InnoDB storage engine has three algorithms for row locking:

  • Record Lock: A Lock on a single row Record

  • Gap Lock: A Gap Lock that locks a range but does not contain the record itself

  • Next-key Lock: Gap Lock+Record Lock locks a range, and locks the Record itself.

For example, suppose an index has four values: 10,11,13,20. Then the interval that the index may be next-key Locking is: (-∞, 10] (10,11] (11,13] (13,20] (20,+∞)

InnoDB optimizes the Next_Key Lock to a Record Lock if a row is locked and the index of the query has a unique attribute. InnoDB optimizes the Next_Key Lock to a Record Lock if the index of the query has a unique attribute. InnoDB optimizes the Next_Key Lock to a Record Lock if the index has a unique attribute. If we use more than a unique index to lock a row, InnoDB will lock a range and record as it should. It is also important to note that when a unique index consists of multiple columns, there is no degradation if the query is looking for only one of the columns.
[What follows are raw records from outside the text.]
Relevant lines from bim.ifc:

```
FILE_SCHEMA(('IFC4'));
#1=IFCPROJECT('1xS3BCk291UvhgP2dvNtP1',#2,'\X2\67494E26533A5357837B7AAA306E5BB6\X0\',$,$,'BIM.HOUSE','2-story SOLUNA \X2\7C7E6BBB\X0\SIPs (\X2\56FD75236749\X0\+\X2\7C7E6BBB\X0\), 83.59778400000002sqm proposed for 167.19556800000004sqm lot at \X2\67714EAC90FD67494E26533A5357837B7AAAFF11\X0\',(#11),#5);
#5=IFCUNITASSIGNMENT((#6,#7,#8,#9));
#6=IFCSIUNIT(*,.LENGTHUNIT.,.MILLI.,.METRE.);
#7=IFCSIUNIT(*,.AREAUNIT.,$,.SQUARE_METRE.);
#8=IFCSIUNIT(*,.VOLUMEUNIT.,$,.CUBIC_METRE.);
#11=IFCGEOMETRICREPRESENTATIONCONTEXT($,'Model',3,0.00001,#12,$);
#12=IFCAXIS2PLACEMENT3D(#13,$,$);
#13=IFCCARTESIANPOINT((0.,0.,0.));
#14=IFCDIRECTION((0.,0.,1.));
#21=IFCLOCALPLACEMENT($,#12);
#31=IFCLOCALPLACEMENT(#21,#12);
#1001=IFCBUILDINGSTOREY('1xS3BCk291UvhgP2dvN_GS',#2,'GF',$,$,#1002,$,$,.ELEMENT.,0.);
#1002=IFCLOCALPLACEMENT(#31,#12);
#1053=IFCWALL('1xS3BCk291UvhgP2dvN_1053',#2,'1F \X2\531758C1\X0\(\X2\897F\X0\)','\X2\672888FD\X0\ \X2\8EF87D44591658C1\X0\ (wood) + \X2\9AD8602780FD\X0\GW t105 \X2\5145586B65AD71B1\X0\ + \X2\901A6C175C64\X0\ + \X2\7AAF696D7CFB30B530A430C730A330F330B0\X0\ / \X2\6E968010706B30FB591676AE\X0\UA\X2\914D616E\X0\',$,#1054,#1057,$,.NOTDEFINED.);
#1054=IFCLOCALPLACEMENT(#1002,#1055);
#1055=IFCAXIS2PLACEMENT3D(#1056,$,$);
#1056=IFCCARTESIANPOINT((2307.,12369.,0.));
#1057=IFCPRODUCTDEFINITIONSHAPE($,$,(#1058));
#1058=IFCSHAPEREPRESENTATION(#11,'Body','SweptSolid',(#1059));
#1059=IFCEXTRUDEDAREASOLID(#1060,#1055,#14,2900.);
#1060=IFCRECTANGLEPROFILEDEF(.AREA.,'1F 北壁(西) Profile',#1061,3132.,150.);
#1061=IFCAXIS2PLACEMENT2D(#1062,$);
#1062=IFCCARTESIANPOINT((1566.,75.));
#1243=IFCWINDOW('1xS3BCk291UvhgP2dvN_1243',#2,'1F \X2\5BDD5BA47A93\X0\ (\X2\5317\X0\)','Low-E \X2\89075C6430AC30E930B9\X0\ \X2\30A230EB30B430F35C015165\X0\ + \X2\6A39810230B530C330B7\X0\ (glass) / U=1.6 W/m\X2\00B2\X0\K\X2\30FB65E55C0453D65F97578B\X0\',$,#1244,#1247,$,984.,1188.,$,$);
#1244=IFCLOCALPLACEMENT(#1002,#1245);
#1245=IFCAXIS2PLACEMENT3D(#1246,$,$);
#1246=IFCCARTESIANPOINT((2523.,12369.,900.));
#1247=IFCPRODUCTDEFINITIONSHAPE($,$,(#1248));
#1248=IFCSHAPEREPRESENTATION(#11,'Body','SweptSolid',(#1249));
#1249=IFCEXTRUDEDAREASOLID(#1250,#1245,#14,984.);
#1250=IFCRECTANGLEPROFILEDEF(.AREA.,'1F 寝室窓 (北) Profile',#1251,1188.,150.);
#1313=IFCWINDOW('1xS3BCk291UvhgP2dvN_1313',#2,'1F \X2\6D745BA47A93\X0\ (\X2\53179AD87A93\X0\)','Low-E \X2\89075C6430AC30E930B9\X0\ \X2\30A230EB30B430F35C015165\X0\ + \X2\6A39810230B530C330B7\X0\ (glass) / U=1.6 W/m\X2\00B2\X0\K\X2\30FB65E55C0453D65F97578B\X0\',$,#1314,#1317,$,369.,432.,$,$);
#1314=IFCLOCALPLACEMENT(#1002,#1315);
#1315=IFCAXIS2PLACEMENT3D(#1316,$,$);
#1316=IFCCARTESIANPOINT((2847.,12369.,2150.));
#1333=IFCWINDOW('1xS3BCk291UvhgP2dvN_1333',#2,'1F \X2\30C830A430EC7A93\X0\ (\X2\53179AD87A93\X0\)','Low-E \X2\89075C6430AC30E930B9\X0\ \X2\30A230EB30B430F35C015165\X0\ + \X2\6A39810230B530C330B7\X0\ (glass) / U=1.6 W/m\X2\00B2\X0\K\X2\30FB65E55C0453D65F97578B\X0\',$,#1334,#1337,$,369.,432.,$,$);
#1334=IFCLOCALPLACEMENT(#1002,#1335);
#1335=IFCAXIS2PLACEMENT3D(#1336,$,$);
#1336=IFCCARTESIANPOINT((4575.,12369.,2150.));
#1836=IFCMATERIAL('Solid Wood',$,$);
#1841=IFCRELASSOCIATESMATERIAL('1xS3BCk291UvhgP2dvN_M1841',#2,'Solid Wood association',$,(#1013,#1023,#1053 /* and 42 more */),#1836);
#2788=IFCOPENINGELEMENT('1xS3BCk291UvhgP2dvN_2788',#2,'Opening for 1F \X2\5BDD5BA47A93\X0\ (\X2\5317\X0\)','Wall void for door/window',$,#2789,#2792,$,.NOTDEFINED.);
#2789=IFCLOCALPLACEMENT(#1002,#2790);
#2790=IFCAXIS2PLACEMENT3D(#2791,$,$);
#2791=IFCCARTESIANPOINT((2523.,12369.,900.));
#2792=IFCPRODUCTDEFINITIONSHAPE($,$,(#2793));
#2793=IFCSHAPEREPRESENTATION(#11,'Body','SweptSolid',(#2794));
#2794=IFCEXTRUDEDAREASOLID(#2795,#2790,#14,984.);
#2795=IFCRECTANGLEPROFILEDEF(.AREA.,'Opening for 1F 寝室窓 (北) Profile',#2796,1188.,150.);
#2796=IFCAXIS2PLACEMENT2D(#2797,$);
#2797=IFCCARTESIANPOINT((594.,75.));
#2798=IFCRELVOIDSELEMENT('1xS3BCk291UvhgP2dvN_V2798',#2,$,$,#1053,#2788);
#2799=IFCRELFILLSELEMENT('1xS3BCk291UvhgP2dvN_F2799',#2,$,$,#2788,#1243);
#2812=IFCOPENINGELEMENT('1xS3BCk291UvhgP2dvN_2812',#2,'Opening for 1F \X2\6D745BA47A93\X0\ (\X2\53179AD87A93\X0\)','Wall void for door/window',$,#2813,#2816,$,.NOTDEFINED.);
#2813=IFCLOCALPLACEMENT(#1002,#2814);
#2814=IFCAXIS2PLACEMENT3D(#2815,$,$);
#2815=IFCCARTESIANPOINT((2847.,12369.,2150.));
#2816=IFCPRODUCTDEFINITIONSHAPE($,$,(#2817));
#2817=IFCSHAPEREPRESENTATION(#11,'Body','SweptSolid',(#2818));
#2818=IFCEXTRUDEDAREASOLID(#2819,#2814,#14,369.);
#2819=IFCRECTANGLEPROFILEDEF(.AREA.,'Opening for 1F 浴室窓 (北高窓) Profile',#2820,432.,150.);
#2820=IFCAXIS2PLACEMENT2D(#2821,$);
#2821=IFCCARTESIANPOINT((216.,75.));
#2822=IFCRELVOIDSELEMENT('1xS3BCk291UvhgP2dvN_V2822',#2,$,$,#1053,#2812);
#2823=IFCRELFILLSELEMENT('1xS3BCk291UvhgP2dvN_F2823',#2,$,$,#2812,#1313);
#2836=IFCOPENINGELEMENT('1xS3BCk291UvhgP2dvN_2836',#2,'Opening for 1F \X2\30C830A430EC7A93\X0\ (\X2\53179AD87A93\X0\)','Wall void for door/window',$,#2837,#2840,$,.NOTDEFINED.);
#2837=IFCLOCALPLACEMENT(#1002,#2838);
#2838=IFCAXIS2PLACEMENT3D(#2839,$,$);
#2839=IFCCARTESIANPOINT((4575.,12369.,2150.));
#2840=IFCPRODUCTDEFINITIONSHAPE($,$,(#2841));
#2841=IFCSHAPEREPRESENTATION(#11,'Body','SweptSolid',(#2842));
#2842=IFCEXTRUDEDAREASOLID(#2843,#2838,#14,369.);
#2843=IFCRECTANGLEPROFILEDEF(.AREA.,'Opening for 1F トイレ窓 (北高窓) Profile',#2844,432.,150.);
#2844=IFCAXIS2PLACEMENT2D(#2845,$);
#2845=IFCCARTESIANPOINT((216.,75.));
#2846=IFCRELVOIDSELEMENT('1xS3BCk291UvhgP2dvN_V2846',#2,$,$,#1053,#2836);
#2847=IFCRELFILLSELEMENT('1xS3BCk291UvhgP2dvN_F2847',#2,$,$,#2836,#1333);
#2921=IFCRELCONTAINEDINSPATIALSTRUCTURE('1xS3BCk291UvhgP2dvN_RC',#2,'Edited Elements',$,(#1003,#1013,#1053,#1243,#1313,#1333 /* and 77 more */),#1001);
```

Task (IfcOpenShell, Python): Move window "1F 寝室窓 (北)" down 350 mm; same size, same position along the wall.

```python
import numpy as np
import ifcopenshell
import ifcopenshell.api.geometry
import ifcopenshell.util.placement
import ifcopenshell.util.unit

model = ifcopenshell.open("bim.ifc")
unit_scale = ifcopenshell.util.unit.calculate_unit_scale(model)

window = model.by_guid("1xS3BCk291UvhgP2dvN_1243")
opening = window.FillsVoids[0].RelatingOpeningElement
dz = -0.35 / unit_scale

shift = np.array([0.0, 0.0, dz])
# The window is not placed relative to its opening, so move both.
for product in (opening, window):
    matrix = ifcopenshell.util.placement.get_local_placement(product.ObjectPlacement)
    matrix[:3, 3] += shift
    ifcopenshell.api.geometry.edit_object_placement(model, product=product, matrix=matrix, is_si=False)

print(f"moved by {dz * unit_scale:+.3f} m")

model.write("bim-out.ifc")
```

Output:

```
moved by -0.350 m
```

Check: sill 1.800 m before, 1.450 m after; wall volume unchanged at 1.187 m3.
Also note that the InnoDB storage engine also applies a gap lock to the next key range of the secondary index (this is also done to prevent phantom reads). Next_Key Lock is designed to solve the problem of phantom read in the database.

For more information on how to lock Mysql, see my article: Consistent unlocked read and consistent locked read

Mysql isolation level and MVCC

InnoDB storage engine default transaction isolation level is RR level, can repeat read. At this level, next-key locking is adopted to lock the device. Therefore can prevent unreal reading phenomenon.

For example, why next-key locking can solve the illusion problem:

The so-called phantom read is the same transaction, two consecutive execution of the same SQL statement may result in different results, the second SQL statement may return a row that did not exist before.

Create table t:

create table t (a int primary key); insert into t select 1; insert into t select 2; insert into t select 5;Copy the code

There are three rows, one, two, five.

Assume the following execution sequence:

Select * from session A; select * from session A; For update statement, add X lock to range (2, +∞). Therefore, any insertion into this range is not allowed, and since 4 is in this range, no insertion is allowed, thus avoiding phantom reading.